**Brief:** Return only those lines of the records below in which "Check" appears.

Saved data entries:
※ ※ ※

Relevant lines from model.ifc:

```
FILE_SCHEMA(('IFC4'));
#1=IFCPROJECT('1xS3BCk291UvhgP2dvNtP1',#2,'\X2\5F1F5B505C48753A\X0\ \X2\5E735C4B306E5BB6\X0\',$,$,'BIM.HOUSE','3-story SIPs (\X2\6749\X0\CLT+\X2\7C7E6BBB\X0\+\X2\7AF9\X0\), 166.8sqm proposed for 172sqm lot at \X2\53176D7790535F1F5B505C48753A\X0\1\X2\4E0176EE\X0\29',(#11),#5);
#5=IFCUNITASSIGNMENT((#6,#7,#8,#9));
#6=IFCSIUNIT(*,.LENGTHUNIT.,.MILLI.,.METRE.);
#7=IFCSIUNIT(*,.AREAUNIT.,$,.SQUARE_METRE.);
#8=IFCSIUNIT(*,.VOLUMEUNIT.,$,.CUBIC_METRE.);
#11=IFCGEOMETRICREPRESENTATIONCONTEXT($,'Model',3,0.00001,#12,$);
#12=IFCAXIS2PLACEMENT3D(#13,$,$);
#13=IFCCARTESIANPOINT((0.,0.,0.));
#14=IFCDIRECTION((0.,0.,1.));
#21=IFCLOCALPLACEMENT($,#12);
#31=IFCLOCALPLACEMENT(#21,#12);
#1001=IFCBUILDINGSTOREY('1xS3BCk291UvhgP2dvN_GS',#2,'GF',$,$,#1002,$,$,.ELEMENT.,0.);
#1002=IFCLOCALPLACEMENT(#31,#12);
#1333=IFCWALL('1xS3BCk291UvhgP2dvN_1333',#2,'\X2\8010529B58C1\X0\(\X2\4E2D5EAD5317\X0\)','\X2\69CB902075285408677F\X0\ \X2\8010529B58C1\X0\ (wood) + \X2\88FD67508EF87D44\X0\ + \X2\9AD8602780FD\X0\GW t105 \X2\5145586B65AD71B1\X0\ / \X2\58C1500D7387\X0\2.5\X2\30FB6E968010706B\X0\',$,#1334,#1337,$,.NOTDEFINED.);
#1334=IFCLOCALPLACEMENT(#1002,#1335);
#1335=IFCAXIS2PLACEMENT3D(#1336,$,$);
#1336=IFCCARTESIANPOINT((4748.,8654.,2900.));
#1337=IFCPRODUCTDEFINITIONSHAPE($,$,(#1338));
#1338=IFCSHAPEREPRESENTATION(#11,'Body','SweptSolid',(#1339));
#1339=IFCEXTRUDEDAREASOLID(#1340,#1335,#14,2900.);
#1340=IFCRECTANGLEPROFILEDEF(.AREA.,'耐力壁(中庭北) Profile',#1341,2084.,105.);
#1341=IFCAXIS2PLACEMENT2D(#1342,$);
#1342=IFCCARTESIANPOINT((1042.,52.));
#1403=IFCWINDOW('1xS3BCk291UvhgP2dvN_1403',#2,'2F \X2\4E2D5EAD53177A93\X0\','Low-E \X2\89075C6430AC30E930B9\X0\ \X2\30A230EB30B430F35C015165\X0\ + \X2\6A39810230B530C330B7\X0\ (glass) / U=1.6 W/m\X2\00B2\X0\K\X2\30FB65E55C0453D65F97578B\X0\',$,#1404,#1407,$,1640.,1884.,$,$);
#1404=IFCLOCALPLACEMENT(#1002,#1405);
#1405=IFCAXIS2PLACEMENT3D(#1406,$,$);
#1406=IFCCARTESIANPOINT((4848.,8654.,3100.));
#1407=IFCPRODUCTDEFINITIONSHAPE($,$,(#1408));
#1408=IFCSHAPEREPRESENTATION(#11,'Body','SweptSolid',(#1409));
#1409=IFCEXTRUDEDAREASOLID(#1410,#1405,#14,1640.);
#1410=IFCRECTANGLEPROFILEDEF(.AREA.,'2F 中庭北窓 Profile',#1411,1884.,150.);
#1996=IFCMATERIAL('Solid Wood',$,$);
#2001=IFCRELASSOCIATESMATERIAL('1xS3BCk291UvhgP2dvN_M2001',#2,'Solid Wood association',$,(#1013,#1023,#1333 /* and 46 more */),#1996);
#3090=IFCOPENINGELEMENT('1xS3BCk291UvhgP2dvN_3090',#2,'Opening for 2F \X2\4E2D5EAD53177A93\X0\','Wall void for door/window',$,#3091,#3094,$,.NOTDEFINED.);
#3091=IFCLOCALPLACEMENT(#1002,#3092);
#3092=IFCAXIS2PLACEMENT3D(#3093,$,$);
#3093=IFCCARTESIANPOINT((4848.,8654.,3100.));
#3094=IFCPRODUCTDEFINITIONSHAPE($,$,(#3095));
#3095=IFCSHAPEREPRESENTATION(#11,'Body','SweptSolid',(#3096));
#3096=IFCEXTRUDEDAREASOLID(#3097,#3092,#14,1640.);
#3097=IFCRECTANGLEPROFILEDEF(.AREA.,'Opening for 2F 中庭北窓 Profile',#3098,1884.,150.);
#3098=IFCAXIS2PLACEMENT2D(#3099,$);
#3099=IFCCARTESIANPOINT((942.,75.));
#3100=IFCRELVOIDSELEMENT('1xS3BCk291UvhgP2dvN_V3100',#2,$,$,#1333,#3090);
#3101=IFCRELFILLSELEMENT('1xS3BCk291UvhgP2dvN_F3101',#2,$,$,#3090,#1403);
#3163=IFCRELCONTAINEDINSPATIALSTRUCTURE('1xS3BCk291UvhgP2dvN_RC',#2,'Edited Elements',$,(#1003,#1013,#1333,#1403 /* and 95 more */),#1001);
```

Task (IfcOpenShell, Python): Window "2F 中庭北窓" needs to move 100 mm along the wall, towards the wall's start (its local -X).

```python
import ifcopenshell
import ifcopenshell.api.geometry
import ifcopenshell.util.placement
import ifcopenshell.util.unit

model = ifcopenshell.open("model.ifc")
unit_scale = ifcopenshell.util.unit.calculate_unit_scale(model)

window = model.by_id(1403)
opening = window.FillsVoids[0].RelatingOpeningElement
wall = opening.VoidsElements[0].RelatingBuildingElement

wall_matrix = ifcopenshell.util.placement.get_local_placement(wall.ObjectPlacement)
shift = wall_matrix[:3, 0] * -0.1 / unit_scale
before = ifcopenshell.util.placement.get_local_placement(window.ObjectPlacement)[:3, 3].copy()

# The window is not placed relative to its opening, so move both.
for product in (opening, window):
    matrix = ifcopenshell.util.placement.get_local_placement(product.ObjectPlacement)
    matrix[:3, 3] += shift
    ifcopenshell.api.geometry.edit_object_placement(model, product=product, matrix=matrix, is_si=False)

after = ifcopenshell.util.placement.get_local_placement(window.ObjectPlacement)[:3, 3]
print("window moved by", (after - before).round(3) + 0.0)

model.write("model_v2.ifc")
```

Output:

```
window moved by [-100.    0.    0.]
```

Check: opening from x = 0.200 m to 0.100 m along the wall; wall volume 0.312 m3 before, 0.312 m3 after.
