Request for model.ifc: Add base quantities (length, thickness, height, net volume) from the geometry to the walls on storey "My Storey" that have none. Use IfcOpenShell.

First a look at what the model holds.

```python
import ifcopenshell
import ifcopenshell.util.element
import ifcopenshell.util.unit

model = ifcopenshell.open("model.ifc")
print(model.schema)
for unit_type in ("LENGTHUNIT", "AREAUNIT", "VOLUMEUNIT"):
    print(unit_type, ifcopenshell.util.unit.calculate_unit_scale(model, unit_type))
storey = next(s for s in model.by_type("IfcBuildingStorey") if s.Name == "My Storey")
walls = [e for e in ifcopenshell.util.element.get_decomposition(storey) if e.is_a("IfcWall")]
for e in sorted(walls, key=lambda e: e.id()):
    print(e.id(), e.is_a(), e.Name, list(ifcopenshell.util.element.get_psets(e, qtos_only=True)), sep=" | ")
```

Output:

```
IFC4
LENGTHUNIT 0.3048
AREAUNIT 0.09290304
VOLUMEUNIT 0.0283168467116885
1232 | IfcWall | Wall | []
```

```python
import ifcopenshell
import ifcopenshell.api.pset
import ifcopenshell.geom
import ifcopenshell.util.element
import ifcopenshell.util.shape
import ifcopenshell.util.unit

model = ifcopenshell.open("model.ifc")
unit_scale = ifcopenshell.util.unit.calculate_unit_scale(model)
volume_scale = ifcopenshell.util.unit.calculate_unit_scale(model, "VOLUMEUNIT")
settings = ifcopenshell.geom.settings()

storey = next(s for s in model.by_type("IfcBuildingStorey") if s.Name == "My Storey")
walls = [e for e in ifcopenshell.util.element.get_decomposition(storey) if e.is_a("IfcWall")]

for e in sorted(walls, key=lambda e: e.id()):
    if ifcopenshell.util.element.get_psets(e, qtos_only=True, should_inherit=False):
        continue
    # Geometry comes back in metres, in the element's own axes.
    shape = ifcopenshell.geom.create_shape(settings, e)
    values = {
        "Length": ifcopenshell.util.shape.get_x(shape.geometry) / unit_scale,
        "Width": ifcopenshell.util.shape.get_y(shape.geometry) / unit_scale,
        "Height": ifcopenshell.util.shape.get_z(shape.geometry) / unit_scale,
        "NetVolume": ifcopenshell.util.shape.get_volume(shape.geometry) / volume_scale,
    }
    qto = ifcopenshell.api.pset.add_qto(model, product=e, name="Qto_WallBaseQuantities")
    ifcopenshell.api.pset.edit_qto(model, qto=qto, properties=values)
    print(e.id(), {k: round(v, 3) for k, v in values.items()})

model.write("model_rev.ifc")
```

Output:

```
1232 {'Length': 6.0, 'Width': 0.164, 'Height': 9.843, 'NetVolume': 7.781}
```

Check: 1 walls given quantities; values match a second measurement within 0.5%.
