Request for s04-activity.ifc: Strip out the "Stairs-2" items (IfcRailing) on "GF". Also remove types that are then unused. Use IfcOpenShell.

First a look at what the model holds.

```python
import ifcopenshell
import ifcopenshell.util.element

model = ifcopenshell.open("s04-activity.ifc")
print(model.schema)
storey = next(s for s in model.by_type("IfcBuildingStorey") if s.Name == "GF")
railings = [e for e in ifcopenshell.util.element.get_decomposition(storey) if e.is_a("IfcRailing")]
seen = {}
for e in railings:
    element_type = ifcopenshell.util.element.get_type(e)
    name = element_type.Name if element_type not in (None, e) else None
    seen[name] = seen.get(name, 0) + 1
for name, count in sorted(seen.items(), key=str):
    print(count, "x", name)
```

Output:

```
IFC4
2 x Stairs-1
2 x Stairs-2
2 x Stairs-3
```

```python
import ifcopenshell
import ifcopenshell.api.root
import ifcopenshell.util.element

model = ifcopenshell.open("s04-activity.ifc")

storey = next(s for s in model.by_type("IfcBuildingStorey") if s.Name == "GF")
railings = [e for e in ifcopenshell.util.element.get_decomposition(storey) if e.is_a("IfcRailing")]
targets = [e for e in railings if (t := ifcopenshell.util.element.get_type(e)) not in (None, e) and t.Name == "Stairs-2"]
types = {ifcopenshell.util.element.get_type(e) for e in targets} - {None, *targets}

for e in targets:
    ifcopenshell.api.root.remove_product(model, product=e)
print(len(targets), "removed")

unused = [t for t in types if not ifcopenshell.util.element.get_types(t)]
for t in unused:
    ifcopenshell.api.root.remove_product(model, product=t)
print(len(unused), "unused types removed")

model.write("s04-activity_edited.ifc")
```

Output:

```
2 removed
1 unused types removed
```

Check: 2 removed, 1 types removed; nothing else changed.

※ ※ ※

**Expected output:**
Check: opening from x = 0.200 m to 0.100 m along the wall; wall volume 0.312 m3 before, 0.312 m3 after.
Check: 1 walls given quantities; values match a second measurement within 0.5%.
Check: 2 removed, 1 types removed; nothing else changed.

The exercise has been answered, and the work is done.